Example 1.5.1 How many solutions does \(\ds x_1+x_2+x_3+x_4=20\) have in non-negative integers? That is, how many 4-tuples \((m_1,m_2,m_3,m_4)\) of non-negative integers are solutions to the equation? We have actually solved this problem: How many submultisets of size 20 are there of the multiset \(\{\infty\cdot a_1,\infty\cdot a_2,\infty\cdot a_3,\infty\cdot a_4\}$? A submultiset of size 20 is of the form \(\{m_1\cdot a_1,m_2\cdot a_2,m_3\cdot a_3,m_4\cdot a_4\}\) where \(\sum m_i=20\), and these are in 1–1 correspondence with the set of 4-tuples \((m_1,m_2,m_3,m_4)\) of non-negative integers such that \(\sum m_i=20\). Thus, the number of solutions is \(20+4-1\choose 20\). This reasoning applies in general: the number of solutions to $$\sum_{i=1}^n x_i = k$$ is $${k+n-1\choose k}.$$

This immediately suggests some generalizations: instead of the total number of solutions, we might want the number of solutions with the variables \(x_i\) in certain ranges, that is, we might require that \(m_i\le x_i\le M_i\) for some lower and upper bounds \(m_i\) and \(M_i\).

Finite upper bounds can be difficult to deal with; if we require that \(0\le x_i\le M_i\), this is the same as counting the submultisets of \(\{M_1\cdot a_1,M_2\cdot a_2,\ldots,M_n\cdot a_n\}\). Lower bounds are easier to deal with.

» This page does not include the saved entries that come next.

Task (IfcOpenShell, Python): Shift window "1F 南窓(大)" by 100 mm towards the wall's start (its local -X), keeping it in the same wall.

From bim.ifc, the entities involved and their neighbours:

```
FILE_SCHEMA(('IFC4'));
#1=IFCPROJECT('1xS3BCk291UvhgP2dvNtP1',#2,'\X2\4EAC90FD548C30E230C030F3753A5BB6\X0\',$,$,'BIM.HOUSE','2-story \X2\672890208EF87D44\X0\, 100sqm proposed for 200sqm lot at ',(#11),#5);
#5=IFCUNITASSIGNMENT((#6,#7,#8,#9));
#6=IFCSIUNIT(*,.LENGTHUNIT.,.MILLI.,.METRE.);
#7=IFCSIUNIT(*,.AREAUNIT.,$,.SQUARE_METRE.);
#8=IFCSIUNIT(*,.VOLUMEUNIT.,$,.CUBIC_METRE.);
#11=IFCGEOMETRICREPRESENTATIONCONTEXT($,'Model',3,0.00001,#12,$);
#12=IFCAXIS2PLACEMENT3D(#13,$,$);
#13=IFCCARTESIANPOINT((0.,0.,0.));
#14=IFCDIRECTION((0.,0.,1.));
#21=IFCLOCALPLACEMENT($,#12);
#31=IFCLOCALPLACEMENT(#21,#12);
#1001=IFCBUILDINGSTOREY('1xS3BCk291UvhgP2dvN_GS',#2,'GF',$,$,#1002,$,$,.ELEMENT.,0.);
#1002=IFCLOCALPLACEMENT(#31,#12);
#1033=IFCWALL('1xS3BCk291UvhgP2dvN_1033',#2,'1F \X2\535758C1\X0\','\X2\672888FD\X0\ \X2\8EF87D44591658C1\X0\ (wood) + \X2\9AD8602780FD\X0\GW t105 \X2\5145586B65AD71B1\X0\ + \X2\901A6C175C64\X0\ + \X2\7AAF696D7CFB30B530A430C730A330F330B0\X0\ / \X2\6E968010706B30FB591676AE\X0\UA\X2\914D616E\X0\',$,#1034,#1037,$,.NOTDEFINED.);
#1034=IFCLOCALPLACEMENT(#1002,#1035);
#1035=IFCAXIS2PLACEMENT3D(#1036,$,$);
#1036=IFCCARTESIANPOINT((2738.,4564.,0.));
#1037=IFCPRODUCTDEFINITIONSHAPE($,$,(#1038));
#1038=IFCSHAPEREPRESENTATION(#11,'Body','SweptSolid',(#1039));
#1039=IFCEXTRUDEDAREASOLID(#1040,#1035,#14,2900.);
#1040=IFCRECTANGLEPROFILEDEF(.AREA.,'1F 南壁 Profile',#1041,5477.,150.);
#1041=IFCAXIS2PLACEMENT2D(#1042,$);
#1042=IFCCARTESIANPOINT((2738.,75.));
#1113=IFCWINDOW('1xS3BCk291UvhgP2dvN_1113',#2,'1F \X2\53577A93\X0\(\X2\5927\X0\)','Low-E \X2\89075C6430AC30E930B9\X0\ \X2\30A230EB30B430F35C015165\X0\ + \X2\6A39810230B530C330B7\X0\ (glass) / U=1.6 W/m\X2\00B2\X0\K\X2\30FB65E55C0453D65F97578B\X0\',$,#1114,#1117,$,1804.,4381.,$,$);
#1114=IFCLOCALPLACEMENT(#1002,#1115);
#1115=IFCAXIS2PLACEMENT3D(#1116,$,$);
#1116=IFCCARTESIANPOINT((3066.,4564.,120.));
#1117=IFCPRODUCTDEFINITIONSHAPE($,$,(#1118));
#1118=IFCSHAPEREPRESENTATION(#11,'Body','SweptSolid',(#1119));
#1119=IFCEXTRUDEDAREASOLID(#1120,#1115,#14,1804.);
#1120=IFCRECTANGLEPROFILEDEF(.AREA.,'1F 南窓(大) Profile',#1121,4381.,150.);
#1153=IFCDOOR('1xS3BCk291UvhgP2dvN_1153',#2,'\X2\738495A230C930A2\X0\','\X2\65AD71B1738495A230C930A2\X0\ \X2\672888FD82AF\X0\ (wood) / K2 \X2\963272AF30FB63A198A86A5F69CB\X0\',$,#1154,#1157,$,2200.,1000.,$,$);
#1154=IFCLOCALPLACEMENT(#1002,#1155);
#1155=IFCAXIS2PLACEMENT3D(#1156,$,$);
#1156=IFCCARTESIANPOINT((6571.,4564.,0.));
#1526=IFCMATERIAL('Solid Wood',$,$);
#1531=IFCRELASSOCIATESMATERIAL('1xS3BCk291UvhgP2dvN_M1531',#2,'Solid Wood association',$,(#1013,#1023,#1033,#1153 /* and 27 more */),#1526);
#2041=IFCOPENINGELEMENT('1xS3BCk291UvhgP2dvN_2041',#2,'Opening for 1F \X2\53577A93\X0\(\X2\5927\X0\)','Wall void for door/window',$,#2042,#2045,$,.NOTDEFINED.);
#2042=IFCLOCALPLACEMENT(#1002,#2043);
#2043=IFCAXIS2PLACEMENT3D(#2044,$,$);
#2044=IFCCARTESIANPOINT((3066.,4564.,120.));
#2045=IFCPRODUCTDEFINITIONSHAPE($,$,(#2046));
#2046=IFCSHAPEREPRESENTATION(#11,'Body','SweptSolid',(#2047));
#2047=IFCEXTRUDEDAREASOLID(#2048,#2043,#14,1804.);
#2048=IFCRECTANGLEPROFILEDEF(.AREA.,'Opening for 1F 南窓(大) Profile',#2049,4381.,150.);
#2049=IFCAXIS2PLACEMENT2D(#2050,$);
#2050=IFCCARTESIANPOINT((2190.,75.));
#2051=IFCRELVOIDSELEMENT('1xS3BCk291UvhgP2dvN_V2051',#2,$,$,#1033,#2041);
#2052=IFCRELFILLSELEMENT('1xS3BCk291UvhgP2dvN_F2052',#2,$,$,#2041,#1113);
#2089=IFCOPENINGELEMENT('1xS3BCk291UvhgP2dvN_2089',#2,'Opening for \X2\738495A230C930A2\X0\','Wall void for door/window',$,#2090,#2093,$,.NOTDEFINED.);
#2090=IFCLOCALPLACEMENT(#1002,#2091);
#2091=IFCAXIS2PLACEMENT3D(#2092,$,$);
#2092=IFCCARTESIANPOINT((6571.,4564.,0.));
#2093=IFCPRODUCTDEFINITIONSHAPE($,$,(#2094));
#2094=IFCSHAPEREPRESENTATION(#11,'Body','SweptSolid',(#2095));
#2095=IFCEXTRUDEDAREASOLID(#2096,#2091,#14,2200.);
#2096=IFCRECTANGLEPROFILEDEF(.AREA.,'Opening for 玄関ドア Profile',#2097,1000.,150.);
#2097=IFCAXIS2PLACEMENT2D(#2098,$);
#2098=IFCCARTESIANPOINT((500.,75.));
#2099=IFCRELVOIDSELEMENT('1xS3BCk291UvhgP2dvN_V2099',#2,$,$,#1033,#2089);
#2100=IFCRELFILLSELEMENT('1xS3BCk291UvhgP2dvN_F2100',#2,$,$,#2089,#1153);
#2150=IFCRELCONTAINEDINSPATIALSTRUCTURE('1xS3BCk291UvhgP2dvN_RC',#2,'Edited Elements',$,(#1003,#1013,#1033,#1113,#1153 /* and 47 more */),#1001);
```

```python
import ifcopenshell
import ifcopenshell.api.geometry
import ifcopenshell.util.placement
import ifcopenshell.util.unit

model = ifcopenshell.open("bim.ifc")
unit_scale = ifcopenshell.util.unit.calculate_unit_scale(model)

window = model.by_id(1113)
opening = window.FillsVoids[0].RelatingOpeningElement
wall = opening.VoidsElements[0].RelatingBuildingElement

wall_matrix = ifcopenshell.util.placement.get_local_placement(wall.ObjectPlacement)
shift = wall_matrix[:3, 0] * -0.1 / unit_scale
before = ifcopenshell.util.placement.get_local_placement(window.ObjectPlacement)[:3, 3].copy()

# The window is not placed relative to its opening, so move both.
for product in (opening, window):
    matrix = ifcopenshell.util.placement.get_local_placement(product.ObjectPlacement)
    matrix[:3, 3] += shift
    ifcopenshell.api.geometry.edit_object_placement(model, product=product, matrix=matrix, is_si=False)

after = ifcopenshell.util.placement.get_local_placement(window.ObjectPlacement)[:3, 3]
print("window moved by", (after - before).round(3) + 0.0)

model.write("bim_rev.ifc")
```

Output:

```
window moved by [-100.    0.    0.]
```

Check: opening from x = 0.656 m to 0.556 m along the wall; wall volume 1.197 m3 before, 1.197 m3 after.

Example 1.5.2 Find the number of solutions to \(\ds x_1+x_2+x_3+x_4=20\) with \(x_1\ge 0\), \(x_2\ge 1\), \(x_3\ge 2\), \(x_4\ge -1\).

We can transform this to the initial problem in which all lower bounds are 0. The solutions we seek to count are the solutions of this altered equation: $$ x_1+(x_2-1)+(x_3-2)+(x_4+1)=18.$$ If we set \(y_1=x_1\), \(y_2=x_2-1\), \(y_3=x_3-2\), and \(y_4=x_4+1\), then \((x_1,x_2,x_3,x_4)\) is a solution to this equation if and only if \((y_1,y_2,y_3,y_4)\) is a solution to $$ y_1+y_2+y_3+y_4=18,$$ and moreover the bounds on the \(x_i\) are satisfied if and only if \(y_i\ge 0\). Since the number of solutions to the last equation is \(18+4-1\choose 18\), this is also the number of solutions to the original equation.